━━━ Input records ━━━

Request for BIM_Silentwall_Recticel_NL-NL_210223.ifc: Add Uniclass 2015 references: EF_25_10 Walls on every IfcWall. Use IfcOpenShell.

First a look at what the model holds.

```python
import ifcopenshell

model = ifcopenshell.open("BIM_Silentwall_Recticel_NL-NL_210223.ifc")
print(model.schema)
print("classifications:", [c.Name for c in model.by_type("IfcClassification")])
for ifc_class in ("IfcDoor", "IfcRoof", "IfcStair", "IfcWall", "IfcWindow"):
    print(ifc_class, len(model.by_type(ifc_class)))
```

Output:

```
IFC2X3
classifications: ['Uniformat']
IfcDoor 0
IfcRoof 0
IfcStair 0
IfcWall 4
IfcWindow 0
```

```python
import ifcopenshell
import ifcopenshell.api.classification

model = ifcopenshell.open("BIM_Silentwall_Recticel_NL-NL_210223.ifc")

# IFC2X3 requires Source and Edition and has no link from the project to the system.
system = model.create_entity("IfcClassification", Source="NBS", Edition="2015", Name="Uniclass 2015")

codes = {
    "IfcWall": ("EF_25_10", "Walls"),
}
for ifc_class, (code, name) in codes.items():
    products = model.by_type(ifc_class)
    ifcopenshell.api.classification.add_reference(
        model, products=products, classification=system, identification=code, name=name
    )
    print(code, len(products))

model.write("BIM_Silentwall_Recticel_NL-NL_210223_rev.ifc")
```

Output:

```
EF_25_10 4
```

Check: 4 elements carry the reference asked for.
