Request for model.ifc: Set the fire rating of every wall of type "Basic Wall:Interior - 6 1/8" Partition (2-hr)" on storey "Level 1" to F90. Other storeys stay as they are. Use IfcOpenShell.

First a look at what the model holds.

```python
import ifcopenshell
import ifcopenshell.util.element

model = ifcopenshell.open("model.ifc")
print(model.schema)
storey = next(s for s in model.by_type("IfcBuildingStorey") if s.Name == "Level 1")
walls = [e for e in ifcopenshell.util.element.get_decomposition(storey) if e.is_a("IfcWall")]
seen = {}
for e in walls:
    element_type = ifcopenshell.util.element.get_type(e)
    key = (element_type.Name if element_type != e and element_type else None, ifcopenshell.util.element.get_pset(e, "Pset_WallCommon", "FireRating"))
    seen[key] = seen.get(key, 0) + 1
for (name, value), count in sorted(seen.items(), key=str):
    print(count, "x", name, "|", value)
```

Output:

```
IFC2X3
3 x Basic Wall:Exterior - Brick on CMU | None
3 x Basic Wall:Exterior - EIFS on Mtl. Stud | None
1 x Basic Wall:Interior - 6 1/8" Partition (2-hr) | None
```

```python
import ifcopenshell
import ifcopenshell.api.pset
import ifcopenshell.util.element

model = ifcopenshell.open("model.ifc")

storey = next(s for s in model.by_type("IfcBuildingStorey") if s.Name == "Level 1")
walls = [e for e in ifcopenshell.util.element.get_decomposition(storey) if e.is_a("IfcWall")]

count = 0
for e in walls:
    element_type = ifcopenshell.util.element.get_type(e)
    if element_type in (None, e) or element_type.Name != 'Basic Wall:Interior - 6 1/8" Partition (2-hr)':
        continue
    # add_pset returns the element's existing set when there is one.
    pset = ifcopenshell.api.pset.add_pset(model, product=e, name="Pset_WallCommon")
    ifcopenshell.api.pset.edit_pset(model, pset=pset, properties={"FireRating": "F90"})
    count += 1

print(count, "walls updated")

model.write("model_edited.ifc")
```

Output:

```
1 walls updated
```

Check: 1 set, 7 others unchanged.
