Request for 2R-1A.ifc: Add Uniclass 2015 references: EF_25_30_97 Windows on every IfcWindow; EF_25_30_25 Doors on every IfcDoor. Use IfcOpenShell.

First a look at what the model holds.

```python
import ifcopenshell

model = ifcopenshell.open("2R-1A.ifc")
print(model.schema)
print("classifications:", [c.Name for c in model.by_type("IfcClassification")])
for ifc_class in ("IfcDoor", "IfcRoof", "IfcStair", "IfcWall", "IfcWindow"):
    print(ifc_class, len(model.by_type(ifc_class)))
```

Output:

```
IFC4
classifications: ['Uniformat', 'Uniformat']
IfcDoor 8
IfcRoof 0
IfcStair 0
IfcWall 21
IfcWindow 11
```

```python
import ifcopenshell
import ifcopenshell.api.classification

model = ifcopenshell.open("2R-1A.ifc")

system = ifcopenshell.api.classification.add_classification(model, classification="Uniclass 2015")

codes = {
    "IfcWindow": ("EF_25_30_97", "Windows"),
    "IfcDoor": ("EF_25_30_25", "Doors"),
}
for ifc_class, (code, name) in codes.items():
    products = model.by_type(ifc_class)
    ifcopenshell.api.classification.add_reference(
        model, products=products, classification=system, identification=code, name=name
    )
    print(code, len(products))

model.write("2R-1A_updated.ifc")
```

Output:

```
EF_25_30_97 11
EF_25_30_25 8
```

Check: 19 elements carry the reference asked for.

━━━

Task objective :: Every record shown above should be given back exactly.

Task result ::
Request for BIM_Silentwall_Recticel_NL-NL_210223.ifc: Add Uniclass 2015 references: EF_25_10 Walls on every IfcWall. Use IfcOpenShell.

First a look at what the model holds.

```python
import ifcopenshell

model = ifcopenshell.open("BIM_Silentwall_Recticel_NL-NL_210223.ifc")
print(model.schema)
print("classifications:", [c.Name for c in model.by_type("IfcClassification")])
for ifc_class in ("IfcDoor", "IfcRoof", "IfcStair", "IfcWall", "IfcWindow"):
    print(ifc_class, len(model.by_type(ifc_class)))
```

Output:

```
IFC2X3
classifications: ['Uniformat']
IfcDoor 0
IfcRoof 0
IfcStair 0
IfcWall 4
IfcWindow 0
```

```python
import ifcopenshell
import ifcopenshell.api.classification

model = ifcopenshell.open("BIM_Silentwall_Recticel_NL-NL_210223.ifc")

# IFC2X3 requires Source and Edition and has no link from the project to the system.
system = model.create_entity("IfcClassification", Source="NBS", Edition="2015", Name="Uniclass 2015")

codes = {
    "IfcWall": ("EF_25_10", "Walls"),
}
for ifc_class, (code, name) in codes.items():
    products = model.by_type(ifc_class)
    ifcopenshell.api.classification.add_reference(
        model, products=products, classification=system, identification=code, name=name
    )
    print(code, len(products))

model.write("BIM_Silentwall_Recticel_NL-NL_210223_rev.ifc")
```

Output:

```
EF_25_10 4
```

Check: 4 elements carry the reference asked for.
Request for model.ifc: Set the fire rating of every wall of type "Basic Wall:Interior - 6 1/8" Partition (2-hr)" on storey "Level 1" to F90. Other storeys stay as they are. Use IfcOpenShell.

First a look at what the model holds.

```python
import ifcopenshell
import ifcopenshell.util.element

model = ifcopenshell.open("model.ifc")
print(model.schema)
storey = next(s for s in model.by_type("IfcBuildingStorey") if s.Name == "Level 1")
walls = [e for e in ifcopenshell.util.element.get_decomposition(storey) if e.is_a("IfcWall")]
seen = {}
for e in walls:
    element_type = ifcopenshell.util.element.get_type(e)
    key = (element_type.Name if element_type != e and element_type else None, ifcopenshell.util.element.get_pset(e, "Pset_WallCommon", "FireRating"))
    seen[key] = seen.get(key, 0) + 1
for (name, value), count in sorted(seen.items(), key=str):
    print(count, "x", name, "|", value)
```

Output:

```
IFC2X3
3 x Basic Wall:Exterior - Brick on CMU | None
3 x Basic Wall:Exterior - EIFS on Mtl. Stud | None
1 x Basic Wall:Interior - 6 1/8" Partition (2-hr) | None
```

```python
import ifcopenshell
import ifcopenshell.api.pset
import ifcopenshell.util.element

model = ifcopenshell.open("model.ifc")

storey = next(s for s in model.by_type("IfcBuildingStorey") if s.Name == "Level 1")
walls = [e for e in ifcopenshell.util.element.get_decomposition(storey) if e.is_a("IfcWall")]

count = 0
for e in walls:
    element_type = ifcopenshell.util.element.get_type(e)
    if element_type in (None, e) or element_type.Name != 'Basic Wall:Interior - 6 1/8" Partition (2-hr)':
        continue
    # add_pset returns the element's existing set when there is one.
    pset = ifcopenshell.api.pset.add_pset(model, product=e, name="Pset_WallCommon")
    ifcopenshell.api.pset.edit_pset(model, pset=pset, properties={"FireRating": "F90"})
    count += 1

print(count, "walls updated")

model.write("model_edited.ifc")
```

Output:

```
1 walls updated
```

Check: 1 set, 7 others unchanged.
Request for 2R-1A.ifc: Add Uniclass 2015 references: EF_25_30_97 Windows on every IfcWindow; EF_25_30_25 Doors on every IfcDoor. Use IfcOpenShell.

First a look at what the model holds.

```python
import ifcopenshell

model = ifcopenshell.open("2R-1A.ifc")
print(model.schema)
print("classifications:", [c.Name for c in model.by_type("IfcClassification")])
for ifc_class in ("IfcDoor", "IfcRoof", "IfcStair", "IfcWall", "IfcWindow"):
    print(ifc_class, len(model.by_type(ifc_class)))
```

Output:

```
IFC4
classifications: ['Uniformat', 'Uniformat']
IfcDoor 8
IfcRoof 0
IfcStair 0
IfcWall 21
IfcWindow 11
```

```python
import ifcopenshell
import ifcopenshell.api.classification

model = ifcopenshell.open("2R-1A.ifc")

system = ifcopenshell.api.classification.add_classification(model, classification="Uniclass 2015")

codes = {
    "IfcWindow": ("EF_25_30_97", "Windows"),
    "IfcDoor": ("EF_25_30_25", "Doors"),
}
for ifc_class, (code, name) in codes.items():
    products = model.by_type(ifc_class)
    ifcopenshell.api.classification.add_reference(
        model, products=products, classification=system, identification=code, name=name
    )
    print(code, len(products))

model.write("2R-1A_updated.ifc")
```

Output:

```
EF_25_30_97 11
EF_25_30_25 8
```

Check: 19 elements carry the reference asked for.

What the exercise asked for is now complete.